Благодарная Хейди затеяла какой-то вежливый разговор, но я довольно грубо прервал ее: сейчас меня волновал только наш мистер «мартини-лимонная корочка».
Взяв выпивку, я отошел от стойки, чтобы как следует рассмотреть Джеймса Бонда. Он в точности соответствовал описаниям из книг Яна Флеминга; таким он и запомнился мне по эпизоду в чиригином баре. Темные волосы с пробором, справа опускается длинная прядь, а по щеке вьется полоска шрама. Черные прямые брови, вытянутый нос, коротковатая верхняя губа. Ничем не примечательный рот, но каким-то образом он придает лицу выражение холодной жестокости. Стоящий рядом человек казался безжалостным, неумолимым, в общем, опасным субъектом. Что ж, он наверняка заплатил хирургам целое состояние за то, чтобы производить именно такое впечатление. Бонд поймал мой взгляд и улыбнулся. Возле глаз знаменитого стального цвета появились тонкие морщинки. Интересно, помнит он нашу предыдущую встречу? Я чувствовал, что за мной внимательно наблюдают… На нем простая хлопчатобумажная рубашка; брюки, без сомнения, английского производства, предназначены для тропиков. На ногах — черные кожаные сандалии, тоже подходящие для нашего климата. Он расплатился за мартини и направился ко мне, протянув руку.
— Приятно снова встретить тебя, старина.
Я обменялся с ним рукопожатием.
— Не думаю, что когда-либо имел честь познакомиться с уважаемым господином, — объявил я по-арабски.
Он ответил на безупречном французском. — Другой бар, иные обстоятельства… Особого значения все это не имело. В конце концов, инцидент завершился удовлетворительно. — Верно, — с его точки зрения. Мертвый русский с ним уже не поспорит.
— С вашего разрешения, меня ждут друзья, — произнес я извиняющимся тоном.

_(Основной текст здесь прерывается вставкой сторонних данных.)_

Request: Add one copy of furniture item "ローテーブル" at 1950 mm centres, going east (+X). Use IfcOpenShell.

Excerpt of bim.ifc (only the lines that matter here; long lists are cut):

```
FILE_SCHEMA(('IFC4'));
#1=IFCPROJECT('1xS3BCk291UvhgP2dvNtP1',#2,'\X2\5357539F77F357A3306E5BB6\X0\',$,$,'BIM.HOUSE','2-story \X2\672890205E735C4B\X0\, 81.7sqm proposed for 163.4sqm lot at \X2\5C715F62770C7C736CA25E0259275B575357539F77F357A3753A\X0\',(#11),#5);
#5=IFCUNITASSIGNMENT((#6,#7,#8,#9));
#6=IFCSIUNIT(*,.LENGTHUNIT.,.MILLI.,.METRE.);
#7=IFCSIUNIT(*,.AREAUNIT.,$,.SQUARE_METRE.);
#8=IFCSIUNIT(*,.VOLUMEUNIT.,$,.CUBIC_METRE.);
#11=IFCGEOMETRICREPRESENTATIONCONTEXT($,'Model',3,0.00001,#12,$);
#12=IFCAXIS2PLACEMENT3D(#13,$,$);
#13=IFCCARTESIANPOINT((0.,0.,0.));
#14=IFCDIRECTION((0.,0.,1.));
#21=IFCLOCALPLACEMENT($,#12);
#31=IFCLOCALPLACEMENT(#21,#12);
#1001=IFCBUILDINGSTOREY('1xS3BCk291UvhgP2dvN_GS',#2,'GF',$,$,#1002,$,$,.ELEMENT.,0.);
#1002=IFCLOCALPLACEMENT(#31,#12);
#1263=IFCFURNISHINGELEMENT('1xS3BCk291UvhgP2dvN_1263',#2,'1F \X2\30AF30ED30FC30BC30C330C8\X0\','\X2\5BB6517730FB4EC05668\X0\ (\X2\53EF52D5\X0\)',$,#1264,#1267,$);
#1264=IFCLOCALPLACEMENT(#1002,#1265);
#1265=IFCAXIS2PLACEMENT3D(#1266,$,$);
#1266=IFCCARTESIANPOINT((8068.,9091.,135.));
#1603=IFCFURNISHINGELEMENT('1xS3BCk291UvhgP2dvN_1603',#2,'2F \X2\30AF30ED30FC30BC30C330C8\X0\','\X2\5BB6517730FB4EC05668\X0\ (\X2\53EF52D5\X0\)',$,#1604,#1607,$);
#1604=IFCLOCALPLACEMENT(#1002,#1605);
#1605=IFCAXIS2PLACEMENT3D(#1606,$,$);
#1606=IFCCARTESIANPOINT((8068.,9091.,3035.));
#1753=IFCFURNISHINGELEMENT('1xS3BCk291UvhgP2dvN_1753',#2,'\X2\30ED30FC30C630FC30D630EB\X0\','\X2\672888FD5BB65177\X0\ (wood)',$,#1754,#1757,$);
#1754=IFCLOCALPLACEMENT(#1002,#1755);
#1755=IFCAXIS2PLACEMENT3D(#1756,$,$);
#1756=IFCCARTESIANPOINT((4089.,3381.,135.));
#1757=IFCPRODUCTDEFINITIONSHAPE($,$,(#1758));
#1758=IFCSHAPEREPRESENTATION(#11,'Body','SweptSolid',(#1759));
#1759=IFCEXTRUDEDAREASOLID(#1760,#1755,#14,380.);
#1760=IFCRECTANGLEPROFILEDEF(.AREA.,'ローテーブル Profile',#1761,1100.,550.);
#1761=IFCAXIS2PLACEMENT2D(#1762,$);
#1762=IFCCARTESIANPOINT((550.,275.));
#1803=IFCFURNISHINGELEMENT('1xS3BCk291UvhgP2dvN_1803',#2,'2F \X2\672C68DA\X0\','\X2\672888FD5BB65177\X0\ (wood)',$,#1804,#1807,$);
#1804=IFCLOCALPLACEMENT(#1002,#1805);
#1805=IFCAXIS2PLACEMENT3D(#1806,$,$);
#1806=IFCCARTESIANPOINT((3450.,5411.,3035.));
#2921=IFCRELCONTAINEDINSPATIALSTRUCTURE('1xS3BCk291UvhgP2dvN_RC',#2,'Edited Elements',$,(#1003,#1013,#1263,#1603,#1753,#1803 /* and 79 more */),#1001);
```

```python
import numpy as np
import ifcopenshell
import ifcopenshell.api.geometry
import ifcopenshell.api.root
import ifcopenshell.util.element
import ifcopenshell.util.placement

model = ifcopenshell.open("bim.ifc")


def reuse_history(source, copy):
    """copy_class also copies each property set's owner history, people and application; keep the originals."""
    for rel in copy.IsDefinedBy:
        if rel.is_a("IfcRelDefinesByProperties") and (history := rel.RelatingPropertyDefinition.OwnerHistory):
            rel.RelatingPropertyDefinition.OwnerHistory = source.OwnerHistory
            ifcopenshell.util.element.remove_deep2(model, history)


source = model.by_guid("1xS3BCk291UvhgP2dvN_1753")
base = ifcopenshell.util.placement.get_local_placement(source.ObjectPlacement)
step = np.array([1.0, 0.0, 0.0]) * 1950.0

for i in range(1, 2):
    copy = ifcopenshell.api.root.copy_class(model, product=source)
    copy.Representation = ifcopenshell.util.element.copy_deep(
        model, source.Representation, exclude=["IfcGeometricRepresentationContext", "IfcRepresentationMap"]
    )
    reuse_history(source, copy)
    matrix = base.copy()
    matrix[:3, 3] += i * step
    print("added at", matrix[:3, 3].round(3) + 0.0)
    ifcopenshell.api.geometry.edit_object_placement(model, product=copy, matrix=matrix, is_si=False)

model.write("bim_v2.ifc")
```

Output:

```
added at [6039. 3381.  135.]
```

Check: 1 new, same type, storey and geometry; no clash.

Он чуть приподнял уголок рта в своей легендарной циничной усмешке, потом на великолепном арабском, причем на распространенном здесь диалекте, процитировал нашу поговорку: «То, что умерло, навеки ушло», и пожал плечами. Я не очень понял, что хотел сказать Бонд: то ли нечто вроде «неважно, что было, то прошло», то ли советовал, для моего же блага, забыть о недавних убийствах. Потом вспомнил, что передо мной не настоящий агент 007, а человек, нацепивший его модик, наверняка с приставкой — стандартной языковой училкой. Вернулся к столику, где по-прежнему сидели Махмуд и Жак, и выбрал место так, чтобы хорошо просматривался весь бар, особенно выход. Тем временем Бонд успел выпить мартини и собирался покинуть «Серебряную ладонь». Я неуверенно огляделся.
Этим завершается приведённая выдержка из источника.